BEGIN Data for processing
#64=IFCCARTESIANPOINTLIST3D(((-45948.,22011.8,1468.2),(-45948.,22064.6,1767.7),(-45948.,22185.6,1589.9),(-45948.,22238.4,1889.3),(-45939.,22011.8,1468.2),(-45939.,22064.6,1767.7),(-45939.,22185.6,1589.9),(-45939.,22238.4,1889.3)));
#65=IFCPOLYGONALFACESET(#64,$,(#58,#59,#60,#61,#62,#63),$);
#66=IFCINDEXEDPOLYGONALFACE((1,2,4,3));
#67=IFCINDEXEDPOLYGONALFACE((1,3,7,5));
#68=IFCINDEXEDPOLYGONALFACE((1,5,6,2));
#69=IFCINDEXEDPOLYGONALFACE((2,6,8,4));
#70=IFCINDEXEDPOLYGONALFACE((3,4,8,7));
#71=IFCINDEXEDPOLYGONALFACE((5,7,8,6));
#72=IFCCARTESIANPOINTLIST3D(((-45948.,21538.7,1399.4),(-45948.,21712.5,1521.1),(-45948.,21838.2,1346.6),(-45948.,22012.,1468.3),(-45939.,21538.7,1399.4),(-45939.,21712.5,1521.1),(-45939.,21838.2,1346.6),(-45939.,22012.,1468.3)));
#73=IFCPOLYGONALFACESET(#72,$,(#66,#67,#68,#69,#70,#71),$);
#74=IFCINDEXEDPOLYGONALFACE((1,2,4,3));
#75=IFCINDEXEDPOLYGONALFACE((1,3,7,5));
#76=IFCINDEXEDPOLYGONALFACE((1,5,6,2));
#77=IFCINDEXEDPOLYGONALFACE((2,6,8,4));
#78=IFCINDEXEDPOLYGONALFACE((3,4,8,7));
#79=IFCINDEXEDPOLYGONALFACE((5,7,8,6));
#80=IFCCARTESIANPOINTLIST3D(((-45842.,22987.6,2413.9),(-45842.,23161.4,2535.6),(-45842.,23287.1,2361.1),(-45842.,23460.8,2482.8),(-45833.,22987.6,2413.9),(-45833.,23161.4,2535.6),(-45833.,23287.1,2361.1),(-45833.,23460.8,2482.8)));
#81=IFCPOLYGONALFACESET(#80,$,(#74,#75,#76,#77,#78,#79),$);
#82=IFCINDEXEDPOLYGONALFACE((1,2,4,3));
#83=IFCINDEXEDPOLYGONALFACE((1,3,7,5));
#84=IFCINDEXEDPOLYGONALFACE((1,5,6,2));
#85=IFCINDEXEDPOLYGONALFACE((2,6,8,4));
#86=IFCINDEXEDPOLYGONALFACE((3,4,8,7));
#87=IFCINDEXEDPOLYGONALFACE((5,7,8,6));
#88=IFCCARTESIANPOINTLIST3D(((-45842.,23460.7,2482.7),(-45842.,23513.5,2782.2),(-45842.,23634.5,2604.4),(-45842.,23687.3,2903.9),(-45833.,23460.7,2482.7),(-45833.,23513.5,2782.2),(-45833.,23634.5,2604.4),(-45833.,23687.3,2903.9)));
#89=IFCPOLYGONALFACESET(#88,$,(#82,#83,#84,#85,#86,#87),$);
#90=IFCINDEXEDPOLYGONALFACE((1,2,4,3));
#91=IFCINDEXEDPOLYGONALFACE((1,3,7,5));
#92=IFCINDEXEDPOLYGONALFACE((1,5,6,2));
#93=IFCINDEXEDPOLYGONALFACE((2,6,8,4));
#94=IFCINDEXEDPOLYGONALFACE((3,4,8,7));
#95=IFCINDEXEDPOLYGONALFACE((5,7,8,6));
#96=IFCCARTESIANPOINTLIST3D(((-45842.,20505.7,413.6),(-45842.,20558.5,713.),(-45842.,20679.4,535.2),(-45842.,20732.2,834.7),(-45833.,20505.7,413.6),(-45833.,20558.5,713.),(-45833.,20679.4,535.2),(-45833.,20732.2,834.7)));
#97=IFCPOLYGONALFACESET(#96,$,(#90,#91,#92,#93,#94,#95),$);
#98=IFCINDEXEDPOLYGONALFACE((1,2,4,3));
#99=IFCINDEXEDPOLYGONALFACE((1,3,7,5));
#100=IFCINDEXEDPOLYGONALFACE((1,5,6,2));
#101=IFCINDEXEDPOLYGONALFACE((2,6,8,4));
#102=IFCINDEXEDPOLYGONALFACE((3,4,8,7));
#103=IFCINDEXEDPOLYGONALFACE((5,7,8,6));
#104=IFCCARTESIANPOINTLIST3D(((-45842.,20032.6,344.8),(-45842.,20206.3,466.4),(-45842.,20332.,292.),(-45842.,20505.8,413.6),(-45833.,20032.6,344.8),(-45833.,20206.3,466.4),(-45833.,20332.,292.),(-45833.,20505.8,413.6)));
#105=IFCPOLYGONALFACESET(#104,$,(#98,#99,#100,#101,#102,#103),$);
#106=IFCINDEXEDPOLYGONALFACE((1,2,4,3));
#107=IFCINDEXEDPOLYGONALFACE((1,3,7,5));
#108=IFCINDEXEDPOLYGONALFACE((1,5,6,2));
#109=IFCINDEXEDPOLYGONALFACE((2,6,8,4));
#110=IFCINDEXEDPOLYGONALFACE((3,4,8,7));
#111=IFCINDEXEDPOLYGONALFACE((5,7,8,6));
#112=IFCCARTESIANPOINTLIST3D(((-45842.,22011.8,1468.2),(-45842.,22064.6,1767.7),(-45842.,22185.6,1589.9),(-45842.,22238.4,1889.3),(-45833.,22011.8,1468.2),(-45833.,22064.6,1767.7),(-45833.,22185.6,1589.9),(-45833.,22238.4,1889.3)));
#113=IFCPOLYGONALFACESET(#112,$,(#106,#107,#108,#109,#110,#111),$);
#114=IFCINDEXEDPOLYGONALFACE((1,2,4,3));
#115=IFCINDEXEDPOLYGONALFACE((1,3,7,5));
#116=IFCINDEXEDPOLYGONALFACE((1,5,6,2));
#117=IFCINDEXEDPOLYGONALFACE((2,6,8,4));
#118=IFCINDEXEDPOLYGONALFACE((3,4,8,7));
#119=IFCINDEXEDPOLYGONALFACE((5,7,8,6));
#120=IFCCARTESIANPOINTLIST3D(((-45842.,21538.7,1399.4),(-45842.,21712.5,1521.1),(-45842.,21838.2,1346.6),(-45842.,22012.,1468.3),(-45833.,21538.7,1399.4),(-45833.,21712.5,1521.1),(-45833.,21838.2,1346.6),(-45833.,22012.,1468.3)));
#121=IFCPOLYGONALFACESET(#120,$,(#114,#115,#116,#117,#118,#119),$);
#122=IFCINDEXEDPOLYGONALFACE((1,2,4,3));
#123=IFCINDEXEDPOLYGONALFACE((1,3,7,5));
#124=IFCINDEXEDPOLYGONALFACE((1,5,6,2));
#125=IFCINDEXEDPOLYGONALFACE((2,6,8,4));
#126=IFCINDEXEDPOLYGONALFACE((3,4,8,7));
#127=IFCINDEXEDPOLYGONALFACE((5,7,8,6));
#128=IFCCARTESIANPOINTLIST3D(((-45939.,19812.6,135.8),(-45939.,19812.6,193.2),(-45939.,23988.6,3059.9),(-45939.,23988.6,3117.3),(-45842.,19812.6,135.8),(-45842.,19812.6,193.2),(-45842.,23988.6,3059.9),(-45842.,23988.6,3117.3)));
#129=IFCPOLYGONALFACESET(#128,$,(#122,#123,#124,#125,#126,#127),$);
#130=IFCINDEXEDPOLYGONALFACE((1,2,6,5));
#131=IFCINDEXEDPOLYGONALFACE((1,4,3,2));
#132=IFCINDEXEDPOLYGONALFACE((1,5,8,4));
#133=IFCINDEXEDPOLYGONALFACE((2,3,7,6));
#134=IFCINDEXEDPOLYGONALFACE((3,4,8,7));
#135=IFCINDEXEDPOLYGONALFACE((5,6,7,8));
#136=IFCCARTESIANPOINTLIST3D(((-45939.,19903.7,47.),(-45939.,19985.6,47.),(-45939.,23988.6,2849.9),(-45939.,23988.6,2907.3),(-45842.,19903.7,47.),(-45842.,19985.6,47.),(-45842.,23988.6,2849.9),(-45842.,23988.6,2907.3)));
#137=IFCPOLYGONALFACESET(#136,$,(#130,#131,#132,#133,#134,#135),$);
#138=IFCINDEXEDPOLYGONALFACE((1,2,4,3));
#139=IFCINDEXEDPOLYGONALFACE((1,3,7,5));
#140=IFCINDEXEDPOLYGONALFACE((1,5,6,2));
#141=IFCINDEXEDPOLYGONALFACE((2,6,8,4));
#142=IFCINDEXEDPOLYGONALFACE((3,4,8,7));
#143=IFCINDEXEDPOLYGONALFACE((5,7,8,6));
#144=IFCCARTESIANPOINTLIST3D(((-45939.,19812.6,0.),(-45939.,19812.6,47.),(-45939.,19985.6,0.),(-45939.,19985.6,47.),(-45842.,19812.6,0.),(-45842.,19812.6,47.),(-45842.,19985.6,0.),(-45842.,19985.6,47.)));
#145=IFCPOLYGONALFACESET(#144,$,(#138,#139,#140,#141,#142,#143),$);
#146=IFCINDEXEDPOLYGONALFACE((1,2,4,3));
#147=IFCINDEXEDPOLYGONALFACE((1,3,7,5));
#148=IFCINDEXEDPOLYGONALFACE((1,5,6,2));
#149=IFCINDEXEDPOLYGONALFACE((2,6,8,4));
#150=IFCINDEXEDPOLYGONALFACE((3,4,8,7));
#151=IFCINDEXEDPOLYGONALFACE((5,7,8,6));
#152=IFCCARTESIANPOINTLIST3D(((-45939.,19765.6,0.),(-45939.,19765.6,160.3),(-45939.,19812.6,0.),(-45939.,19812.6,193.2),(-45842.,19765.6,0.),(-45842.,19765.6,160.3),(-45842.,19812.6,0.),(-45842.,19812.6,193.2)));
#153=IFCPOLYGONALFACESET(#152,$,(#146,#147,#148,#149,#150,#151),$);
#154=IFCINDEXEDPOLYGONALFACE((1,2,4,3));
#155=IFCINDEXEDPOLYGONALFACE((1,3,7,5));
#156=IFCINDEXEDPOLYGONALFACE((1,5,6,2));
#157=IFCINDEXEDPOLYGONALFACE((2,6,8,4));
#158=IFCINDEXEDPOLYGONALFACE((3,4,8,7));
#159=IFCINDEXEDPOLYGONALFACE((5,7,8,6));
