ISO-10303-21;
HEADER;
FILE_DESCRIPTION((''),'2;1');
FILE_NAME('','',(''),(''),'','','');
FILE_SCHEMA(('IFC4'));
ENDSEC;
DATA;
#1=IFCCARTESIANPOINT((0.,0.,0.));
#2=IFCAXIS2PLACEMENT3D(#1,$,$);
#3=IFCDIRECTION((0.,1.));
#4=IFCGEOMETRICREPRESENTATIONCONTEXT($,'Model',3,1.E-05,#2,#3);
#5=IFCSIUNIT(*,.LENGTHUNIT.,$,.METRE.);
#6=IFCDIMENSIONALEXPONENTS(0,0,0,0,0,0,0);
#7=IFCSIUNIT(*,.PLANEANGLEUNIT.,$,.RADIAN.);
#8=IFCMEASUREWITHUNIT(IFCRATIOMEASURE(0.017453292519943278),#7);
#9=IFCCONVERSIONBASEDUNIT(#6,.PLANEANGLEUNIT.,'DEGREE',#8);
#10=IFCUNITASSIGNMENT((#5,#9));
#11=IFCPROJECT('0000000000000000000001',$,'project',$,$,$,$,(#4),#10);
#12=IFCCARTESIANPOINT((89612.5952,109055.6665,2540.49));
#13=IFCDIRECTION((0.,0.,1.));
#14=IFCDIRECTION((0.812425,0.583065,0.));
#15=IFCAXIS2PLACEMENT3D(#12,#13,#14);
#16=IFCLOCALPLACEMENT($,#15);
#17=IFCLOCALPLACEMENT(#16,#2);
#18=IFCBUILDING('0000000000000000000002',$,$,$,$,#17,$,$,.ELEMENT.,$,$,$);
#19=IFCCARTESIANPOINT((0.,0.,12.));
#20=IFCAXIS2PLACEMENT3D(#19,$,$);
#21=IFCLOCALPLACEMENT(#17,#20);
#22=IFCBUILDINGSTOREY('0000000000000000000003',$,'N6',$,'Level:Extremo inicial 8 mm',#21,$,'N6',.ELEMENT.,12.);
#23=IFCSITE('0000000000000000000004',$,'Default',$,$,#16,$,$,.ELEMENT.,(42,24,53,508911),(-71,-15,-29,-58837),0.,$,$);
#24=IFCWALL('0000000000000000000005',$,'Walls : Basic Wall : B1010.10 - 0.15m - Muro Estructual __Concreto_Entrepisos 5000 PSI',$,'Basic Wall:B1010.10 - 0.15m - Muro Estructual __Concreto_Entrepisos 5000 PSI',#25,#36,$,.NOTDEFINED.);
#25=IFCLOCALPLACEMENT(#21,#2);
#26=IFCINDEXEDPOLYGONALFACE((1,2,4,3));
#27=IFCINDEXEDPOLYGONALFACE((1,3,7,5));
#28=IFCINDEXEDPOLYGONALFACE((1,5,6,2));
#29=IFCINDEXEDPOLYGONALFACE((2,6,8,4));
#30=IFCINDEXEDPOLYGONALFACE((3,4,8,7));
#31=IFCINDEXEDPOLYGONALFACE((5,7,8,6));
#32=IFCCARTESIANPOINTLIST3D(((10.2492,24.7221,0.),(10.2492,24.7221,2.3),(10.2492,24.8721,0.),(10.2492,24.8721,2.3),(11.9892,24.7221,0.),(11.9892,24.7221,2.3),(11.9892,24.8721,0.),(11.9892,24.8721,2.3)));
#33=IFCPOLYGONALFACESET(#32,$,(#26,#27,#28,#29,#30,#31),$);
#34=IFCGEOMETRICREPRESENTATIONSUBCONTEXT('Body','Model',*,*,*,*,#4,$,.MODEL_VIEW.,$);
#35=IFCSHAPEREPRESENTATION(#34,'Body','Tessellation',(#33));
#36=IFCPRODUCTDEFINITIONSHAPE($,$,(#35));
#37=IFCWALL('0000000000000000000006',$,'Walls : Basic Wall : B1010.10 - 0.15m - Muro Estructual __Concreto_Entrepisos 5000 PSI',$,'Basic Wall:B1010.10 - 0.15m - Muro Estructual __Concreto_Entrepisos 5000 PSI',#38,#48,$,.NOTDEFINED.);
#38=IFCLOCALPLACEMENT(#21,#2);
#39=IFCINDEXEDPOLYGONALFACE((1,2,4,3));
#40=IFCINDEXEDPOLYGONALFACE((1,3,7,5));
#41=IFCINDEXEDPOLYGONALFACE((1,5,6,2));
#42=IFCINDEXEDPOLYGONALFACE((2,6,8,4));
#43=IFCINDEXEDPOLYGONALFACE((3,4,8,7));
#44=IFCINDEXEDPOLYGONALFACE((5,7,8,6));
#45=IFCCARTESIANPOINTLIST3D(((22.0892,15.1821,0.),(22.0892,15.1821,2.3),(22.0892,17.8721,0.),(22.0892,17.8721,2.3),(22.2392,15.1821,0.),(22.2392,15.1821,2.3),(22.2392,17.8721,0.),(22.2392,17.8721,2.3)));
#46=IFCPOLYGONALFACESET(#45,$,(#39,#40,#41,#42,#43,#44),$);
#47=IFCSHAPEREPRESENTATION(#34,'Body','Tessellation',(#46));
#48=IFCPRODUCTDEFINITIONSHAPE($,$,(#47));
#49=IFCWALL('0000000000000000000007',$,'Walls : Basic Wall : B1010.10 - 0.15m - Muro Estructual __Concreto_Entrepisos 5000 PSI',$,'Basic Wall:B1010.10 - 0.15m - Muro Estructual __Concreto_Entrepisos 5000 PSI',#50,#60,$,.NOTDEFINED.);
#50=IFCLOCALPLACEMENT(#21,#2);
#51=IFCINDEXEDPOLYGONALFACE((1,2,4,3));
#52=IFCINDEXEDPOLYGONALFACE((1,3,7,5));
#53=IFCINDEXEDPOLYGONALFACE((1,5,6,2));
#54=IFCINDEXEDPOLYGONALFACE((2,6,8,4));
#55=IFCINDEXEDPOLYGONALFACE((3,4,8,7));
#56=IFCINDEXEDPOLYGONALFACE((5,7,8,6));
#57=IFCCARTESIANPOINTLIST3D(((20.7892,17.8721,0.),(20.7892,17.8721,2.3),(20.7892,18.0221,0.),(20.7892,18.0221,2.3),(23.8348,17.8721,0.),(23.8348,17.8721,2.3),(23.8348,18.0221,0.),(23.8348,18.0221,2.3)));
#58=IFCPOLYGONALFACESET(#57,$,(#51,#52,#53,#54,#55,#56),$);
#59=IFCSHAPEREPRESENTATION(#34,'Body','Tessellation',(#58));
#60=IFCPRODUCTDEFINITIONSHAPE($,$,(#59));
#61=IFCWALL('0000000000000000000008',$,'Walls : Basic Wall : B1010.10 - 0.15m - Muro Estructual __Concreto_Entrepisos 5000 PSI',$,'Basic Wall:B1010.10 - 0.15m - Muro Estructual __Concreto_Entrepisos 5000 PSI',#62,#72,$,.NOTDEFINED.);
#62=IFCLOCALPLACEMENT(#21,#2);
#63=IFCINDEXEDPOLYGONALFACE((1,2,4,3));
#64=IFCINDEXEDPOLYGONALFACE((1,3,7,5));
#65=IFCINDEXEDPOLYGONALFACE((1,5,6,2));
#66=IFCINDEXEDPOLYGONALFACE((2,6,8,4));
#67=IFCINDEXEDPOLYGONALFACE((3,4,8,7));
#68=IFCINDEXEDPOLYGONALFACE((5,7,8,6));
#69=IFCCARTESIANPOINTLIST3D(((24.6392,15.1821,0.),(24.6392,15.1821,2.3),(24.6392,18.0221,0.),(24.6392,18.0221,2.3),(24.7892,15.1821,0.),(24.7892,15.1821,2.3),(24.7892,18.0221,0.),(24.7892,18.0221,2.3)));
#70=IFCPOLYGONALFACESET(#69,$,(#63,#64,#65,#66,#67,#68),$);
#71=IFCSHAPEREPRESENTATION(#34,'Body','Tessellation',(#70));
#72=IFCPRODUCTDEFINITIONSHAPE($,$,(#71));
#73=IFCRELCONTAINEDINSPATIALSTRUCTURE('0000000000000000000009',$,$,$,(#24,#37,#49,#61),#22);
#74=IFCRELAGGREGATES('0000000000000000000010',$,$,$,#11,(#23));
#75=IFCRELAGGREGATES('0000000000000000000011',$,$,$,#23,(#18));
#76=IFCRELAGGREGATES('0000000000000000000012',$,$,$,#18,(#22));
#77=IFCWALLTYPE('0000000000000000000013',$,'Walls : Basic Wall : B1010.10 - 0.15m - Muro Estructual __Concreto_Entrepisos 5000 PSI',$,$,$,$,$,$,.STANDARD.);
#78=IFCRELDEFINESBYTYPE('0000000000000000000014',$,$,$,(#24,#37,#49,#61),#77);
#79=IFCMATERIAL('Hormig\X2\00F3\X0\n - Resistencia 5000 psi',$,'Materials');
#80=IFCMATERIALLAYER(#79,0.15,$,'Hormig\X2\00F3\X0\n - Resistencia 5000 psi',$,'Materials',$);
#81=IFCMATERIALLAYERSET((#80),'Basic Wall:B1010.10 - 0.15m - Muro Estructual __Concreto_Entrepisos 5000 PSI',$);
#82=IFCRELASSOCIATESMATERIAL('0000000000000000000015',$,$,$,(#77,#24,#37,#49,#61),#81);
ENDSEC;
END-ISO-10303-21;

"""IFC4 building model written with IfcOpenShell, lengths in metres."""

from ifc_helpers import new_model, entity, si_unit, converted_unit, direction, frame, frame_2d, origin, place, context, subcontext, project, spatial, rectangle, extrude, material, layer, layer_set, layer_usage, type_object, element, save


model = new_model("IFC4")

# Units and contexts
model_context = context("Model", 3, precision=1e-05, world=origin(), true_north=direction((0.0, 1.0)))
body_context = subcontext(model_context, "Body", "Model", "MODEL_VIEW")
ifc_project = project(units=[si_unit("LENGTHUNIT", "METRE"), converted_unit("PLANEANGLEUNIT", "DEGREE", entity("IfcRatioMeasure", 0.017453292519943278), si_unit("PLANEANGLEUNIT", "RADIAN"), dimensions=[0, 0, 0, 0, 0, 0, 0])], contexts=[model_context])

# Site, building, storey
site_placement = place(None, frame((89612.5952, 109055.6665, 2540.49), z_axis=(0.0, 0.0, 1.0), x_axis=(0.812425, 0.583065, 0.0)))
site = spatial("IfcSite", under=ifc_project, at=site_placement, Name="Default", CompositionType="ELEMENT", RefLatitude=(42, 24, 53, 508911), RefLongitude=(-71, -15, -29, -58837), RefElevation=0.0)
building_placement = place(site_placement, origin())
building = spatial("IfcBuilding", under=site, at=building_placement, CompositionType="ELEMENT")
storey_placement = place(building_placement, frame((0.0, 0.0, 12.0)))
storey = spatial("IfcBuildingStorey", under=building, at=storey_placement, Name="N6", ObjectType="Level:Extremo inicial 8 mm", LongName="N6", CompositionType="ELEMENT", Elevation=12.0)

# Walls
ifc_material = material(Name="Hormigón - Resistencia 5000 psi", Category="Materials")
ifc_layer_1 = layer(ifc_material, 0.15, Name="Hormigón - Resistencia 5000 psi", Category="Materials")
ifc_layer_set_1 = layer_set([ifc_layer_1], Name="Basic Wall:B1010.10 - 0.15m - Muro Estructual __Concreto_Entrepisos 5000 PSI")
wall_type_1 = type_object("IfcWallType", Name="Walls : Basic Wall : B1010.10 - 0.15m - Muro Estructual __Concreto_Entrepisos 5000 PSI", PredefinedType="STANDARD", material=ifc_layer_set_1)
ifc_layer_usage_1 = layer_usage(ifc_layer_set_1, "AXIS2", "POSITIVE", -0.075)
wall_1_placement = place(storey_placement, frame((11.9892, 24.7971, 0.0), z_axis=(0.0, 0.0, 1.0), x_axis=(-1.0, 0.0, 0.0)))
element("IfcWall", 1, at=wall_1_placement, inside=storey, type_object=wall_type_1, material=ifc_layer_usage_1, Name="Walls : Basic Wall : B1010.10 - 0.15m - Muro Estructual __Concreto_Entrepisos 5000 PSI", ObjectType="Basic Wall:B1010.10 - 0.15m - Muro Estructual __Concreto_Entrepisos 5000 PSI", PredefinedType="NOTDEFINED", context=body_context, shape_type="SweptSolid", body=[
    extrude(rectangle(XDim=1.74, YDim=0.15, at=frame_2d((0.87, 0.0), x_axis=(-1.0, 0.0))), origin(), (0.0, 0.0, 1.0), 2.3),
])
ifc_layer_usage_2 = layer_usage(ifc_layer_set_1, "AXIS2", "POSITIVE", -0.075)
wall_2_placement = place(storey_placement, frame((22.1642, 15.1821, 0.0), z_axis=(0.0, 0.0, 1.0), x_axis=(0.0, 1.0, 0.0)))
element("IfcWall", 2, at=wall_2_placement, inside=storey, type_object=wall_type_1, material=ifc_layer_usage_2, Name="Walls : Basic Wall : B1010.10 - 0.15m - Muro Estructual __Concreto_Entrepisos 5000 PSI", ObjectType="Basic Wall:B1010.10 - 0.15m - Muro Estructual __Concreto_Entrepisos 5000 PSI", PredefinedType="NOTDEFINED", context=body_context, shape_type="SweptSolid", body=[
    extrude(rectangle(XDim=2.69, YDim=0.15, at=frame_2d((1.345, 0.0), x_axis=(-1.0, 0.0))), origin(), (0.0, 0.0, 1.0), 2.3),
])
ifc_layer_usage_3 = layer_usage(ifc_layer_set_1, "AXIS2", "POSITIVE", -0.075)
wall_3_placement = place(storey_placement, frame((20.7892, 17.9471, 0.0)))
element("IfcWall", 3, at=wall_3_placement, inside=storey, type_object=wall_type_1, material=ifc_layer_usage_3, Name="Walls : Basic Wall : B1010.10 - 0.15m - Muro Estructual __Concreto_Entrepisos 5000 PSI", ObjectType="Basic Wall:B1010.10 - 0.15m - Muro Estructual __Concreto_Entrepisos 5000 PSI", PredefinedType="NOTDEFINED", context=body_context, shape_type="SweptSolid", body=[
    extrude(rectangle(XDim=3.0455, YDim=0.15, at=frame_2d((1.5228, 0.0), x_axis=(-1.0, 0.0))), origin(), (0.0, 0.0, 1.0), 2.3),
])
ifc_layer_usage_4 = layer_usage(ifc_layer_set_1, "AXIS2", "POSITIVE", -0.075)
wall_4_placement = place(storey_placement, frame((24.7142, 15.1821, 0.0), z_axis=(0.0, 0.0, 1.0), x_axis=(0.0, 1.0, 0.0)))
element("IfcWall", 4, at=wall_4_placement, inside=storey, type_object=wall_type_1, material=ifc_layer_usage_4, Name="Walls : Basic Wall : B1010.10 - 0.15m - Muro Estructual __Concreto_Entrepisos 5000 PSI", ObjectType="Basic Wall:B1010.10 - 0.15m - Muro Estructual __Concreto_Entrepisos 5000 PSI", PredefinedType="NOTDEFINED", context=body_context, shape_type="SweptSolid", body=[
    extrude(rectangle(XDim=2.84, YDim=0.15, at=frame_2d((1.42, 0.0), x_axis=(-1.0, 0.0))), origin(), (0.0, 0.0, 1.0), 2.3),
])

save(model, "model.ifc")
END Data for processing
[Required work] Go through the material above and copy each line that has the word "Tessellation".

[Response for this exercise]
#35=IFCSHAPEREPRESENTATION(#34,'Body','Tessellation',(#33));
#47=IFCSHAPEREPRESENTATION(#34,'Body','Tessellation',(#46));
#59=IFCSHAPEREPRESENTATION(#34,'Body','Tessellation',(#58));
#71=IFCSHAPEREPRESENTATION(#34,'Body','Tessellation',(#70));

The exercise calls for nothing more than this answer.